--- RECORD EXTRACTS ---
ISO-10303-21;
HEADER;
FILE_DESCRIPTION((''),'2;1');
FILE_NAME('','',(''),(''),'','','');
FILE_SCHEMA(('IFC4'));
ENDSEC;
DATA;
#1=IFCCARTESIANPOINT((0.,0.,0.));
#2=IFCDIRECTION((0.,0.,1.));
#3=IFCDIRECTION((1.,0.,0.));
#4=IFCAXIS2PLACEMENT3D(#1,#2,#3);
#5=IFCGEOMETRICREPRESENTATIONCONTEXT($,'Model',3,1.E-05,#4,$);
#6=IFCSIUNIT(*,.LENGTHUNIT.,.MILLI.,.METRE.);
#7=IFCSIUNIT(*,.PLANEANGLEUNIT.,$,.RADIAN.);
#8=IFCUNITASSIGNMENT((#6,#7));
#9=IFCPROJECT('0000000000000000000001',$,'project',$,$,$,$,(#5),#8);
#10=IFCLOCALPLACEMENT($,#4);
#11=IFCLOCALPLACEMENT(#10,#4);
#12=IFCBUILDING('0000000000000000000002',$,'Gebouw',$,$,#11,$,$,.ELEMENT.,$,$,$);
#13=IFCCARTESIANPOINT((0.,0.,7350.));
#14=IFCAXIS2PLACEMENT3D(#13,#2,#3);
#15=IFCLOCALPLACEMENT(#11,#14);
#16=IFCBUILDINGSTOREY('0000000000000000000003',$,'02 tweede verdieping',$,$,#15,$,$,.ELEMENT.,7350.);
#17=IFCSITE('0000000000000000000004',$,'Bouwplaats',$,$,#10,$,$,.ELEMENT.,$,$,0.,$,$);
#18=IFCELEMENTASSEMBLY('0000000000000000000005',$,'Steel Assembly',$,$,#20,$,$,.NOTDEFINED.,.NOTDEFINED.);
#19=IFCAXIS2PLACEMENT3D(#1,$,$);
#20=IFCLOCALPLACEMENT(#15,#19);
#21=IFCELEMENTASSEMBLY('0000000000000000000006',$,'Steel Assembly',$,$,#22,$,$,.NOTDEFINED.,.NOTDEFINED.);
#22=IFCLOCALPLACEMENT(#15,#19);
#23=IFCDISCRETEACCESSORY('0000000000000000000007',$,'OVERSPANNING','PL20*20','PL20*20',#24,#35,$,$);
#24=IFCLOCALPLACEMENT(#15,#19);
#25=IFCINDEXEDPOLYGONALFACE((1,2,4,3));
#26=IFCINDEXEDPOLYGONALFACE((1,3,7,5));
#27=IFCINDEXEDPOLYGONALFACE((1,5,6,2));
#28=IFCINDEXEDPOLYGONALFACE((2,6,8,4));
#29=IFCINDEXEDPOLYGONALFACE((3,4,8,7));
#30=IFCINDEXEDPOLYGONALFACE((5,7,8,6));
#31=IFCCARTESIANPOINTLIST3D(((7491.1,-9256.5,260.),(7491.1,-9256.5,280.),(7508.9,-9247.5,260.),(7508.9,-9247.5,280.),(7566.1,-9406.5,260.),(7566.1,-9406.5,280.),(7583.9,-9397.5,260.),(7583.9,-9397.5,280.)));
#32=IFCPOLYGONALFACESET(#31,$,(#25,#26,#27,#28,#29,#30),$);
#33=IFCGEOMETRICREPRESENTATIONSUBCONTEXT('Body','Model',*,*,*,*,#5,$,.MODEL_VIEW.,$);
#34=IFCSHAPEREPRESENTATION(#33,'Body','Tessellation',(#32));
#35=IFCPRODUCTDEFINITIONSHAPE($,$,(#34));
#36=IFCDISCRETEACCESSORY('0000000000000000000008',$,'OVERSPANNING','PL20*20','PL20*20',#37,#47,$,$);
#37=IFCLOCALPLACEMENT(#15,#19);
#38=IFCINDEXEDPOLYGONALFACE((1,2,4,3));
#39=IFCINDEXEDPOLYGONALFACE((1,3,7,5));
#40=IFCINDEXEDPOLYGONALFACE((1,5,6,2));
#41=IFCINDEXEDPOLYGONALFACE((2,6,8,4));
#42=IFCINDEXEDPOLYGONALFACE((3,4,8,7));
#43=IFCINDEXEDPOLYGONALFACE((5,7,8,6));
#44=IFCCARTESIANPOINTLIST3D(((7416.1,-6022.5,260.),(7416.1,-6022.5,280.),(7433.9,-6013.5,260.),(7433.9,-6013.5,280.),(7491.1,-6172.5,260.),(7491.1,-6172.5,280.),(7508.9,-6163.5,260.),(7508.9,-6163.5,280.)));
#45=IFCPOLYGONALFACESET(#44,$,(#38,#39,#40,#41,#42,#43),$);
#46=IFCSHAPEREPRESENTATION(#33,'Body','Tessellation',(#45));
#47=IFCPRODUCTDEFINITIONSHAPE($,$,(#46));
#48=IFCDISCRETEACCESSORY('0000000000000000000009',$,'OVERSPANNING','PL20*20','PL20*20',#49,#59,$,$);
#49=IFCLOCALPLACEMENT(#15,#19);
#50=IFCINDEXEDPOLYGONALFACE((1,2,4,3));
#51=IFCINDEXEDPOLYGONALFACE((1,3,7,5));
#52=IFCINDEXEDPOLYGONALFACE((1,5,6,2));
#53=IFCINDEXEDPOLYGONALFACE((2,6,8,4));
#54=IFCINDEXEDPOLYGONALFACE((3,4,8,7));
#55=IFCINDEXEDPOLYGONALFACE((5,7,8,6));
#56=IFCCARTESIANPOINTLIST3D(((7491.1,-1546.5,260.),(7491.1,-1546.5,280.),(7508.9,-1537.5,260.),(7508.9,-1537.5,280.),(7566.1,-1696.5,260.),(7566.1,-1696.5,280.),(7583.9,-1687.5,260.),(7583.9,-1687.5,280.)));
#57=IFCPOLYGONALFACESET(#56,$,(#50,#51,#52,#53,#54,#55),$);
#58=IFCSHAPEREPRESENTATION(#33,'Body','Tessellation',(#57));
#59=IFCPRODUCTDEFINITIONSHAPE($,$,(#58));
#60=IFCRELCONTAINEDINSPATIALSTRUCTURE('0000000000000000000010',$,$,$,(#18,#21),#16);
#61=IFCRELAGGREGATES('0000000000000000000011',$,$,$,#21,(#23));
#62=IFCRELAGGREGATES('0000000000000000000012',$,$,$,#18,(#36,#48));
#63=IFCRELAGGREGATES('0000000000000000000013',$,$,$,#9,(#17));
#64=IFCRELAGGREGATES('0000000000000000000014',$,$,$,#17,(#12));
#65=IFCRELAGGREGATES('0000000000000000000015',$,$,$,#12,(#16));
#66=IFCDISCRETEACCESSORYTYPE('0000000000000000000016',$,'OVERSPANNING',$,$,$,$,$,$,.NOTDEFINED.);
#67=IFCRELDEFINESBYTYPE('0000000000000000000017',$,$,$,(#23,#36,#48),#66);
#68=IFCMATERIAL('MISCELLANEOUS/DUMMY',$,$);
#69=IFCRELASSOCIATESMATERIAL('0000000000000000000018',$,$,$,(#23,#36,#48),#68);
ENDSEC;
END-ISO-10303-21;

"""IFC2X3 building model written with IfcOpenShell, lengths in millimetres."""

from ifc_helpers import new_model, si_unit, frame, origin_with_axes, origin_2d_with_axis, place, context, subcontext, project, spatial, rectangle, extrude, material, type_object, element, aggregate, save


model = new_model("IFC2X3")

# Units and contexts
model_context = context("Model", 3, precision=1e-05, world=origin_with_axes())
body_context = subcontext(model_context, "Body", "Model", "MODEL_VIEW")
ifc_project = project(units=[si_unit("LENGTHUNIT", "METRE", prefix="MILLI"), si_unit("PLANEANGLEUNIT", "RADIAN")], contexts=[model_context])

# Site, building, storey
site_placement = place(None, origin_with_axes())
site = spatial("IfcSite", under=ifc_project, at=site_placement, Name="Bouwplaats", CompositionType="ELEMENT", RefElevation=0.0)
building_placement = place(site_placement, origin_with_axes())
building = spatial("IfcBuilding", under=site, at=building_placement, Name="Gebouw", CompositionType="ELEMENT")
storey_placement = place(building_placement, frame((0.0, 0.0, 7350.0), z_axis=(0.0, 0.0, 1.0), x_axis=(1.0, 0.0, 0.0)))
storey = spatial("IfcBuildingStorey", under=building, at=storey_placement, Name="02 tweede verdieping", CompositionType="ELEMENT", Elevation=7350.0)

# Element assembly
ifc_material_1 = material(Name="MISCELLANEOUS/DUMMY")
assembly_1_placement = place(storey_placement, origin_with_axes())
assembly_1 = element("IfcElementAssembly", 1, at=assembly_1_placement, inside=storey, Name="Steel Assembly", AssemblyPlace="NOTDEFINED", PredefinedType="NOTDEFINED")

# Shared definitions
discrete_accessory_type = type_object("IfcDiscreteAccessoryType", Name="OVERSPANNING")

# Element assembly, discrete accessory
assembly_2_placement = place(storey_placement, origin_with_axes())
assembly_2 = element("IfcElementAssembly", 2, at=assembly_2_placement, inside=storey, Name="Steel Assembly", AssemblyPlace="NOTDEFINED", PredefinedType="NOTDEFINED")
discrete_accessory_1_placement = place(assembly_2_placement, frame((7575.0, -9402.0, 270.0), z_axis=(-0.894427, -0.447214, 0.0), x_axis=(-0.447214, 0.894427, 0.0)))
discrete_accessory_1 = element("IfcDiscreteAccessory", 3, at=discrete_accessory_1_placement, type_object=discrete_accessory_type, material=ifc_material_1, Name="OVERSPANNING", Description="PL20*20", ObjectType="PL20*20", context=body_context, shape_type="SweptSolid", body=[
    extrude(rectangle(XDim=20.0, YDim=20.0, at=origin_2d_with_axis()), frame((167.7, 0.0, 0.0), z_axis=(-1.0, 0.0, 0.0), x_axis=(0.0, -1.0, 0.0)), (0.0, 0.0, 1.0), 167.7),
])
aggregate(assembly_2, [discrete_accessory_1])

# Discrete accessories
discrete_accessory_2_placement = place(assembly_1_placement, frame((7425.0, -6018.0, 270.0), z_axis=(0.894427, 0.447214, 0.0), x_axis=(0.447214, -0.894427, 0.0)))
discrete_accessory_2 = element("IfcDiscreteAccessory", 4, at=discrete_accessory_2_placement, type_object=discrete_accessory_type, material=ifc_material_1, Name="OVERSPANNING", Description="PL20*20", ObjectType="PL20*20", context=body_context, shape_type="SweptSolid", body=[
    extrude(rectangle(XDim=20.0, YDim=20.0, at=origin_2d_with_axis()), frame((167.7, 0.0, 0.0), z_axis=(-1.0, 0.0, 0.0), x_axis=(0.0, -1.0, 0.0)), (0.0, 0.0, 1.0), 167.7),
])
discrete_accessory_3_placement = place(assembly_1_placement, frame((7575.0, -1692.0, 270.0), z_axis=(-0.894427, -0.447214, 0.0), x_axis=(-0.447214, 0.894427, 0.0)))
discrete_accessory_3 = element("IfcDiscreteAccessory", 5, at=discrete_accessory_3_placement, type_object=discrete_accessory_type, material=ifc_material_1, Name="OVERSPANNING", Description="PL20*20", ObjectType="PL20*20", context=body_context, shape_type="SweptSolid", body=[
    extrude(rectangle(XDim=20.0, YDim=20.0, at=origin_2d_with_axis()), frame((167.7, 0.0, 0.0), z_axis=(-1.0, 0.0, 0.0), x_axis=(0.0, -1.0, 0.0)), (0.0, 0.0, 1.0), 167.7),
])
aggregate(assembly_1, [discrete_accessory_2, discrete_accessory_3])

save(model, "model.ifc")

--- WHAT YOU WILL DO ---
Please transcribe only the lines in the records above running from the line that has "FILE_DESCRIPTION((''),'2;1');" through the line that has "#35=IFCPRODUCTDEFINITIONSHAPE($,$,(#34));", both included, exactly as they appear.

--- SOLUTION FOR THIS TASK ---
FILE_DESCRIPTION((''),'2;1');
FILE_NAME('','',(''),(''),'','','');
FILE_SCHEMA(('IFC4'));
ENDSEC;
DATA;
#1=IFCCARTESIANPOINT((0.,0.,0.));
#2=IFCDIRECTION((0.,0.,1.));
#3=IFCDIRECTION((1.,0.,0.));
#4=IFCAXIS2PLACEMENT3D(#1,#2,#3);
#5=IFCGEOMETRICREPRESENTATIONCONTEXT($,'Model',3,1.E-05,#4,$);
#6=IFCSIUNIT(*,.LENGTHUNIT.,.MILLI.,.METRE.);
#7=IFCSIUNIT(*,.PLANEANGLEUNIT.,$,.RADIAN.);
#8=IFCUNITASSIGNMENT((#6,#7));
#9=IFCPROJECT('0000000000000000000001',$,'project',$,$,$,$,(#5),#8);
#10=IFCLOCALPLACEMENT($,#4);
#11=IFCLOCALPLACEMENT(#10,#4);
#12=IFCBUILDING('0000000000000000000002',$,'Gebouw',$,$,#11,$,$,.ELEMENT.,$,$,$);
#13=IFCCARTESIANPOINT((0.,0.,7350.));
#14=IFCAXIS2PLACEMENT3D(#13,#2,#3);
#15=IFCLOCALPLACEMENT(#11,#14);
#16=IFCBUILDINGSTOREY('0000000000000000000003',$,'02 tweede verdieping',$,$,#15,$,$,.ELEMENT.,7350.);
#17=IFCSITE('0000000000000000000004',$,'Bouwplaats',$,$,#10,$,$,.ELEMENT.,$,$,0.,$,$);
#18=IFCELEMENTASSEMBLY('0000000000000000000005',$,'Steel Assembly',$,$,#20,$,$,.NOTDEFINED.,.NOTDEFINED.);
#19=IFCAXIS2PLACEMENT3D(#1,$,$);
#20=IFCLOCALPLACEMENT(#15,#19);
#21=IFCELEMENTASSEMBLY('0000000000000000000006',$,'Steel Assembly',$,$,#22,$,$,.NOTDEFINED.,.NOTDEFINED.);
#22=IFCLOCALPLACEMENT(#15,#19);
#23=IFCDISCRETEACCESSORY('0000000000000000000007',$,'OVERSPANNING','PL20*20','PL20*20',#24,#35,$,$);
#24=IFCLOCALPLACEMENT(#15,#19);
#25=IFCINDEXEDPOLYGONALFACE((1,2,4,3));
#26=IFCINDEXEDPOLYGONALFACE((1,3,7,5));
#27=IFCINDEXEDPOLYGONALFACE((1,5,6,2));
#28=IFCINDEXEDPOLYGONALFACE((2,6,8,4));
#29=IFCINDEXEDPOLYGONALFACE((3,4,8,7));
#30=IFCINDEXEDPOLYGONALFACE((5,7,8,6));
#31=IFCCARTESIANPOINTLIST3D(((7491.1,-9256.5,260.),(7491.1,-9256.5,280.),(7508.9,-9247.5,260.),(7508.9,-9247.5,280.),(7566.1,-9406.5,260.),(7566.1,-9406.5,280.),(7583.9,-9397.5,260.),(7583.9,-9397.5,280.)));
#32=IFCPOLYGONALFACESET(#31,$,(#25,#26,#27,#28,#29,#30),$);
#33=IFCGEOMETRICREPRESENTATIONSUBCONTEXT('Body','Model',*,*,*,*,#5,$,.MODEL_VIEW.,$);
#34=IFCSHAPEREPRESENTATION(#33,'Body','Tessellation',(#32));
#35=IFCPRODUCTDEFINITIONSHAPE($,$,(#34));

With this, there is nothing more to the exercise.